» HOW TO COMPLETE THIS TASK:
Only one stretch of the data below is needed. Output the lines from the one with "#91=IFCINDEXEDPOLYGONALFACE((2,6,8,4));" up to and including the one with "#105=IFCINDEXEDPOLYGONALFACE((5,7,8,6));", exactly as they stand.

» INPUT DATA:
----------------------------------------

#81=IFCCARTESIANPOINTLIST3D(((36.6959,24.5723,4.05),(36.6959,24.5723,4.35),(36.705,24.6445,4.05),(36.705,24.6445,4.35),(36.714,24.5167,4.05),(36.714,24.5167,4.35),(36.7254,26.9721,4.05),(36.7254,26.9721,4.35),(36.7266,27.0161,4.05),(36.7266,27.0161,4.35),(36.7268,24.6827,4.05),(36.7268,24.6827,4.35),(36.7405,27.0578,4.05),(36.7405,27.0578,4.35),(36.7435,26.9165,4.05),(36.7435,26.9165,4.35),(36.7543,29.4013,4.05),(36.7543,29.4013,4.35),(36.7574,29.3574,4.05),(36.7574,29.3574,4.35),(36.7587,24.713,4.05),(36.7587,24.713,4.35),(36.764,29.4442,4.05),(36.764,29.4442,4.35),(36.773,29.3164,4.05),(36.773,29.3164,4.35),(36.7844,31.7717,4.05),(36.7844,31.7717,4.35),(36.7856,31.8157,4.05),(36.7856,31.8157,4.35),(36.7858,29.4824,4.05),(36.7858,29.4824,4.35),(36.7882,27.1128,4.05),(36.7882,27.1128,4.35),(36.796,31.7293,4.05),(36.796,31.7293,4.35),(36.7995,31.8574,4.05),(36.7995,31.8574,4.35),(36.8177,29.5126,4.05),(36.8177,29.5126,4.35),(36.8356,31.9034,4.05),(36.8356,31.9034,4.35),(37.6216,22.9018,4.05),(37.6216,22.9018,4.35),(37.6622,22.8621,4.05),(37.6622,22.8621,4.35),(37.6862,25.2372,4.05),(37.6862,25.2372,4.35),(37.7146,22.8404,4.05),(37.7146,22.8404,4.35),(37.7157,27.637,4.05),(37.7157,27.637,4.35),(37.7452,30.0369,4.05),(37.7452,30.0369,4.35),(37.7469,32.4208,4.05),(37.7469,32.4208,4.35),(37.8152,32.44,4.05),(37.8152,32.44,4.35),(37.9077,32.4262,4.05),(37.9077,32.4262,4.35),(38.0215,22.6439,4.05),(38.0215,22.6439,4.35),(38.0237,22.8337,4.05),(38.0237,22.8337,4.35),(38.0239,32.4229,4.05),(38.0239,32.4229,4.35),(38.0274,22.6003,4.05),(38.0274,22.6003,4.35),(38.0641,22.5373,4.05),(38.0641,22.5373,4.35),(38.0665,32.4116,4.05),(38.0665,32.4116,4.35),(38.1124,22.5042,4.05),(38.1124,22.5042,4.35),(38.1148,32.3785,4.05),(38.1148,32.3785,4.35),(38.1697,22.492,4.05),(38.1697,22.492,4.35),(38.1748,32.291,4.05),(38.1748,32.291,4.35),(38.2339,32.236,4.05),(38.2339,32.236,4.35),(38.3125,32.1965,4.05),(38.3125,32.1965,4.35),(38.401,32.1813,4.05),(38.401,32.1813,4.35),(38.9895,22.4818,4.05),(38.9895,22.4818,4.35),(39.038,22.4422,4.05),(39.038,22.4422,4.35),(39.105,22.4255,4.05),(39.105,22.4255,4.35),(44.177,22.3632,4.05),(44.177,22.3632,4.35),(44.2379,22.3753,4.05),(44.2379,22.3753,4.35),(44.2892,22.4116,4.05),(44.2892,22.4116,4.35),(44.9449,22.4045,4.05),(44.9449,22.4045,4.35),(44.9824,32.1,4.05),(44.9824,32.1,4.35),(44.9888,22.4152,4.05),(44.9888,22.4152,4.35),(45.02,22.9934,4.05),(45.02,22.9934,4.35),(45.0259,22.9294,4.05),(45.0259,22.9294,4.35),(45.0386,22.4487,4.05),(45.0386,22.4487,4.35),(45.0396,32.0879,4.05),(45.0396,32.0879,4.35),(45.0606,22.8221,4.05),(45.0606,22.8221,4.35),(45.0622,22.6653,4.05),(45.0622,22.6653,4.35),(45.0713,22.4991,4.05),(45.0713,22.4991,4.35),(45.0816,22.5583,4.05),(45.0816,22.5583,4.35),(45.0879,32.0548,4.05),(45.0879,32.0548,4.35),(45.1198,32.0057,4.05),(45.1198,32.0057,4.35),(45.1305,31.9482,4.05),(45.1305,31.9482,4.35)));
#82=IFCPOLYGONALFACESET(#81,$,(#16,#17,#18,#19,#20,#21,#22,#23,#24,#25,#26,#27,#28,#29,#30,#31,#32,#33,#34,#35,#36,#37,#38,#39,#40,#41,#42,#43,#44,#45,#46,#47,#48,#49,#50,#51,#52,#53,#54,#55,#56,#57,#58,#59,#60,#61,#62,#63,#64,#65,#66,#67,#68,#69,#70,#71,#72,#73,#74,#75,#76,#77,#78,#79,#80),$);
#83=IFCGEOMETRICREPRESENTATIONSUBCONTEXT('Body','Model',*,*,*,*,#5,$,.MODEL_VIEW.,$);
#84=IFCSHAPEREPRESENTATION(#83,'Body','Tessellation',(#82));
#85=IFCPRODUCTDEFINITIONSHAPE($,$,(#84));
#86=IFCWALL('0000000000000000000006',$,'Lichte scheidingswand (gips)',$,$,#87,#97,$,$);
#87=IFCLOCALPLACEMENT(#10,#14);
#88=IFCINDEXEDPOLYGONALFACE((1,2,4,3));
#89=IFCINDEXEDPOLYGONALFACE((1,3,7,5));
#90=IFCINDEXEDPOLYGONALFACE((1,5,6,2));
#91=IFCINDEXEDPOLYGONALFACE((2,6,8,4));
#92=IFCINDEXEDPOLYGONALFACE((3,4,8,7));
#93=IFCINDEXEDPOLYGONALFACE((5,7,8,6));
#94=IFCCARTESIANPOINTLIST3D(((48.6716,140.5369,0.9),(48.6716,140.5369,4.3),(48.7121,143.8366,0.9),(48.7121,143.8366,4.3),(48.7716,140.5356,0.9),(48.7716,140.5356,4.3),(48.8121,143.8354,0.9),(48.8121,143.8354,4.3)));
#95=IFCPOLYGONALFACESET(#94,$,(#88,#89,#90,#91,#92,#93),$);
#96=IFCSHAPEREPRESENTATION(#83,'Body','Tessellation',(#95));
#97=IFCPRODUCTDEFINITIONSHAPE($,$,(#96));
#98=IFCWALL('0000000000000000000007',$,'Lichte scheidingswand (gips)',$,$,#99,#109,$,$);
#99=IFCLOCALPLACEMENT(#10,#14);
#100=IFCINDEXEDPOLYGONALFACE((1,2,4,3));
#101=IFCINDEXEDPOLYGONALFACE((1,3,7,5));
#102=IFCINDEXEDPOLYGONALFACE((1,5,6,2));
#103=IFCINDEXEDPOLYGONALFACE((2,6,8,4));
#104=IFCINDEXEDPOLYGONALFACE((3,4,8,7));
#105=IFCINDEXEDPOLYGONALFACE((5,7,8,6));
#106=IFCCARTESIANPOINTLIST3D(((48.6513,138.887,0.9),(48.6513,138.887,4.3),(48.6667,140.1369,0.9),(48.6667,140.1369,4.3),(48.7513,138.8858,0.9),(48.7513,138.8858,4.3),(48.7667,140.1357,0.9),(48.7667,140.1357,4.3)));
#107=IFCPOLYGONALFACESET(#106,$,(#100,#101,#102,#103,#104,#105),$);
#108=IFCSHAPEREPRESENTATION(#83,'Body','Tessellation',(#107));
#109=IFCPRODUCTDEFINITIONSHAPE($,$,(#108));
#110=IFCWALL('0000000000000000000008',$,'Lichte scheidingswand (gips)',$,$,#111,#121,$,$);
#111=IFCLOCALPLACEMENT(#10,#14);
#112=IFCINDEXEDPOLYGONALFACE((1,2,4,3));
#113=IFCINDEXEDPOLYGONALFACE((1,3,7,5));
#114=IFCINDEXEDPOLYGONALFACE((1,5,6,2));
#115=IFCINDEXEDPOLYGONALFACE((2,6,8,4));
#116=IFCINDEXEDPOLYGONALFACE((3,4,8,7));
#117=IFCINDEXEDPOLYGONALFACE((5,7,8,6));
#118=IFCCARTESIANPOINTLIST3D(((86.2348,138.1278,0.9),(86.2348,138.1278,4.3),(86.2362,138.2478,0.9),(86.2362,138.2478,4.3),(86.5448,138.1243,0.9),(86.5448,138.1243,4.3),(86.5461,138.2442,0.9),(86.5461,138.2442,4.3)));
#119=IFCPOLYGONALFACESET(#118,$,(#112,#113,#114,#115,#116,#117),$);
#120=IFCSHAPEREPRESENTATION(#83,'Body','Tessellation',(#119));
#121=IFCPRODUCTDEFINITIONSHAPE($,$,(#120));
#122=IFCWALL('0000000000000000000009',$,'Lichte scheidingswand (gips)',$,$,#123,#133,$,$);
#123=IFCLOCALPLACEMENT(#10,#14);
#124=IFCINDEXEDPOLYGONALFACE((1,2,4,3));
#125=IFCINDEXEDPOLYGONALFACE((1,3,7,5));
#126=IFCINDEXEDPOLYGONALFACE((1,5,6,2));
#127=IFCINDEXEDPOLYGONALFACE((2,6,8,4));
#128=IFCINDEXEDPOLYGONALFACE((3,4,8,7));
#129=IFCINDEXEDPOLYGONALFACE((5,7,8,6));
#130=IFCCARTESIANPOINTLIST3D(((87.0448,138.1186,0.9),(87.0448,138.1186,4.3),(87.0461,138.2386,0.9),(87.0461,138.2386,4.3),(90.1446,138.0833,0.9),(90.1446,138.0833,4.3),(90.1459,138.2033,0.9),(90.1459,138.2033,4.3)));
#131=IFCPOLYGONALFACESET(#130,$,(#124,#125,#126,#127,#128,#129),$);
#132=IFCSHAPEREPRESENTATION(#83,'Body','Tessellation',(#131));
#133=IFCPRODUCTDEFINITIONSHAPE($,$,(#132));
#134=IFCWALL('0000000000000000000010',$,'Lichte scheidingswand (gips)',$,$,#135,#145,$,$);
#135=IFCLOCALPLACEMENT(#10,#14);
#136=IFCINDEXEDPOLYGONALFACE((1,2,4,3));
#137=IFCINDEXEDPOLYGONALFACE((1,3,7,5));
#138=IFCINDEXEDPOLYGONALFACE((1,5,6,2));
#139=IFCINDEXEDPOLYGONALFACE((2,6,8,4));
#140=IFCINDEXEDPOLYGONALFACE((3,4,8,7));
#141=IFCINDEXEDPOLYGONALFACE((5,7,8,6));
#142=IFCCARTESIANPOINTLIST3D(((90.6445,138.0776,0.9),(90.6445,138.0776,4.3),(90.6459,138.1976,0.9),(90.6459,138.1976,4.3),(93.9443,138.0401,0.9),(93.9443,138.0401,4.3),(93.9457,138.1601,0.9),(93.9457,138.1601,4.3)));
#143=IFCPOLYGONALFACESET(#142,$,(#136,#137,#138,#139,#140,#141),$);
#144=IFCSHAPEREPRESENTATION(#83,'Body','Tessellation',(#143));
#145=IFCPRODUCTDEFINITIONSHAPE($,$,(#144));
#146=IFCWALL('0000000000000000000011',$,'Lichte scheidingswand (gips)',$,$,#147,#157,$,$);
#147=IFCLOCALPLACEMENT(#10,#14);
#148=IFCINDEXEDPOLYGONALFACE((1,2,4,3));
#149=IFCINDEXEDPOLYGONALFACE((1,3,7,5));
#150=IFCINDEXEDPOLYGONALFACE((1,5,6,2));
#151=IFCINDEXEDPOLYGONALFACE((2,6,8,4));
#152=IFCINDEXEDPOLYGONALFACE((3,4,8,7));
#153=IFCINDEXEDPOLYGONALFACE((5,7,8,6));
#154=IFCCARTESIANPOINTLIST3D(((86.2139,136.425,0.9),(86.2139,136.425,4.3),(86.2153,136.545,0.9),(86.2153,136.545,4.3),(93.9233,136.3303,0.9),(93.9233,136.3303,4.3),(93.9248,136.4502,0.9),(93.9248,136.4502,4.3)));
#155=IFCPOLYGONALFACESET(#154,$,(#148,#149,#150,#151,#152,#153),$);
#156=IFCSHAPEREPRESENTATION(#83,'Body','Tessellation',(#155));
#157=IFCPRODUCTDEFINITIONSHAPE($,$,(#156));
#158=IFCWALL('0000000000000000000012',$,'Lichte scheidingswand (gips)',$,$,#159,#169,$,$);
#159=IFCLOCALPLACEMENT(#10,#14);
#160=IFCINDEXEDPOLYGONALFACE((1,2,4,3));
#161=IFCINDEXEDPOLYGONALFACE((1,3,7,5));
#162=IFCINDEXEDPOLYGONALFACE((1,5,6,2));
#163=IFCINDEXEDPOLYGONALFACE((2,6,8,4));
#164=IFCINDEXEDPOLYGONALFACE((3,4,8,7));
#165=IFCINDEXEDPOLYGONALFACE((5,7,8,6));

----------------------------------------

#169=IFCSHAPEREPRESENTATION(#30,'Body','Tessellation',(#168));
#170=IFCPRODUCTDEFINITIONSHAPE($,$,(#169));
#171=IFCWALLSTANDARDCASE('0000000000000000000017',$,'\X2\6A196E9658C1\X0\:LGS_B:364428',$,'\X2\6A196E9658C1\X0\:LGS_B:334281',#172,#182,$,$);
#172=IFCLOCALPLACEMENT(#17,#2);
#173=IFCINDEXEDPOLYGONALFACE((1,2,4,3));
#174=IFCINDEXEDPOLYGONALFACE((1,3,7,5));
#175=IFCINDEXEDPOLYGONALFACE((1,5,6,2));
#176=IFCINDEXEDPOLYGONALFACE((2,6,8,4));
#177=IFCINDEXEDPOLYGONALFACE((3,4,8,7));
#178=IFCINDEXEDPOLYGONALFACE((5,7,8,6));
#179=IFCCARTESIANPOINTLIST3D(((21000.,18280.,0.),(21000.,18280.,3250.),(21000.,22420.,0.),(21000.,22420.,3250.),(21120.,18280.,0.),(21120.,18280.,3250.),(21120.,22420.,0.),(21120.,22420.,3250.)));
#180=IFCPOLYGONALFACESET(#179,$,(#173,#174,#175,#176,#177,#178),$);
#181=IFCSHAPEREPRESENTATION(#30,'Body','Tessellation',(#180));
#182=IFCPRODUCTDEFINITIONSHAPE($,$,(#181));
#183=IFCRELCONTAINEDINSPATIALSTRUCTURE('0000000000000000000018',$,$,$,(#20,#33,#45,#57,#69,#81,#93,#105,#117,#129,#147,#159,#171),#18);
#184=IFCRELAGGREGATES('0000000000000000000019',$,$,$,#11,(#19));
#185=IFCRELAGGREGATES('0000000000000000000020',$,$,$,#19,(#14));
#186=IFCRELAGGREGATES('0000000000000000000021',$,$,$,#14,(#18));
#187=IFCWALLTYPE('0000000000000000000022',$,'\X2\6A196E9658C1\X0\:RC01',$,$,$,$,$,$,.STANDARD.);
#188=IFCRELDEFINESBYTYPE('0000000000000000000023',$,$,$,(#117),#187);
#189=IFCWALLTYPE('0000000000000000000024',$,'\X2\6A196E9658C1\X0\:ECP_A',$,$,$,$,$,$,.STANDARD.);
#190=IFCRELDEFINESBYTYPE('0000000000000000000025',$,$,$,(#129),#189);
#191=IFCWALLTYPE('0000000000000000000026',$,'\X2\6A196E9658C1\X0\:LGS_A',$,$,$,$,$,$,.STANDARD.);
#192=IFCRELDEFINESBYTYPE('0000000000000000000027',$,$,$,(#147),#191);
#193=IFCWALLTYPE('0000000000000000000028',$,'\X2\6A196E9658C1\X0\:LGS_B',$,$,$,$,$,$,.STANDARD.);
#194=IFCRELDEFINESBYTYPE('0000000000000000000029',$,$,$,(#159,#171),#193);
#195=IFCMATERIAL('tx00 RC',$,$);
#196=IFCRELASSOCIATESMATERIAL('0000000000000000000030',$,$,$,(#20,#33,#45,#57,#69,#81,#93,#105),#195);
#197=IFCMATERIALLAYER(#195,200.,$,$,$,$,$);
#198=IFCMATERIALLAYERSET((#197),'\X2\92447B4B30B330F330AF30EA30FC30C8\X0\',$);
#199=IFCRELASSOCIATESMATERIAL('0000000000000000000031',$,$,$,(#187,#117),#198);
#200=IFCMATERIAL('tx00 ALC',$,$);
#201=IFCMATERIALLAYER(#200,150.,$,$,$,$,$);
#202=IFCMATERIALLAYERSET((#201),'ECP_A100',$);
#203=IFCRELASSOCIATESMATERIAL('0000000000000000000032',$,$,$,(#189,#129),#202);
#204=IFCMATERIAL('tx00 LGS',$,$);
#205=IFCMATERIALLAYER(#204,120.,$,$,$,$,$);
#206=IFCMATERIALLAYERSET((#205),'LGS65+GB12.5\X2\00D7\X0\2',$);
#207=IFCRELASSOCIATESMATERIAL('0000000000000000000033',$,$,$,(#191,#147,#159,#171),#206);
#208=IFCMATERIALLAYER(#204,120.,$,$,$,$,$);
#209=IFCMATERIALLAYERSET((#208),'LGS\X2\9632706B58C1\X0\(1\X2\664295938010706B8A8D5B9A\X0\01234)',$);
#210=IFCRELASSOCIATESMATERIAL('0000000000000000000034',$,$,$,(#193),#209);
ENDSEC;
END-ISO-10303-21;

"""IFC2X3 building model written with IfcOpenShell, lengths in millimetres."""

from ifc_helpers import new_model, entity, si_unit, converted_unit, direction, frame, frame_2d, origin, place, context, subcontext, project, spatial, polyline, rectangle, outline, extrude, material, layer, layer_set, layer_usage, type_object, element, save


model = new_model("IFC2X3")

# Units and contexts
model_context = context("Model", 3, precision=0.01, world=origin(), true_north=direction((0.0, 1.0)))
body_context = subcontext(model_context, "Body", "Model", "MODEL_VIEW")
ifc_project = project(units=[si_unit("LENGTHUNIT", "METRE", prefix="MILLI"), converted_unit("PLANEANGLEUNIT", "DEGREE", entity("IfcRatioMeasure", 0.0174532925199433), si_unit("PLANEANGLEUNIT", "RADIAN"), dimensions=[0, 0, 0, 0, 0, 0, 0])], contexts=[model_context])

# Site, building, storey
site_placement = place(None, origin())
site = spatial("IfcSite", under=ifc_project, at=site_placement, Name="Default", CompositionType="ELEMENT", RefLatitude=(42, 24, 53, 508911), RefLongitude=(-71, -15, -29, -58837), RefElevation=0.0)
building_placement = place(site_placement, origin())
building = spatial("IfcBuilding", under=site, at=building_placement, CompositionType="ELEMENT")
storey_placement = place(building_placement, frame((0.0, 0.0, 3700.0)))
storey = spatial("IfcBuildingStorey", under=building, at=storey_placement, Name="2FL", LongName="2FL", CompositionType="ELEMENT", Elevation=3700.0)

----------------------------------------

» YOUR RESPONSE:
#91=IFCINDEXEDPOLYGONALFACE((2,6,8,4));
#92=IFCINDEXEDPOLYGONALFACE((3,4,8,7));
#93=IFCINDEXEDPOLYGONALFACE((5,7,8,6));
#94=IFCCARTESIANPOINTLIST3D(((48.6716,140.5369,0.9),(48.6716,140.5369,4.3),(48.7121,143.8366,0.9),(48.7121,143.8366,4.3),(48.7716,140.5356,0.9),(48.7716,140.5356,4.3),(48.8121,143.8354,0.9),(48.8121,143.8354,4.3)));
#95=IFCPOLYGONALFACESET(#94,$,(#88,#89,#90,#91,#92,#93),$);
#96=IFCSHAPEREPRESENTATION(#83,'Body','Tessellation',(#95));
#97=IFCPRODUCTDEFINITIONSHAPE($,$,(#96));
#98=IFCWALL('0000000000000000000007',$,'Lichte scheidingswand (gips)',$,$,#99,#109,$,$);
#99=IFCLOCALPLACEMENT(#10,#14);
#100=IFCINDEXEDPOLYGONALFACE((1,2,4,3));
#101=IFCINDEXEDPOLYGONALFACE((1,3,7,5));
#102=IFCINDEXEDPOLYGONALFACE((1,5,6,2));
#103=IFCINDEXEDPOLYGONALFACE((2,6,8,4));
#104=IFCINDEXEDPOLYGONALFACE((3,4,8,7));
#105=IFCINDEXEDPOLYGONALFACE((5,7,8,6));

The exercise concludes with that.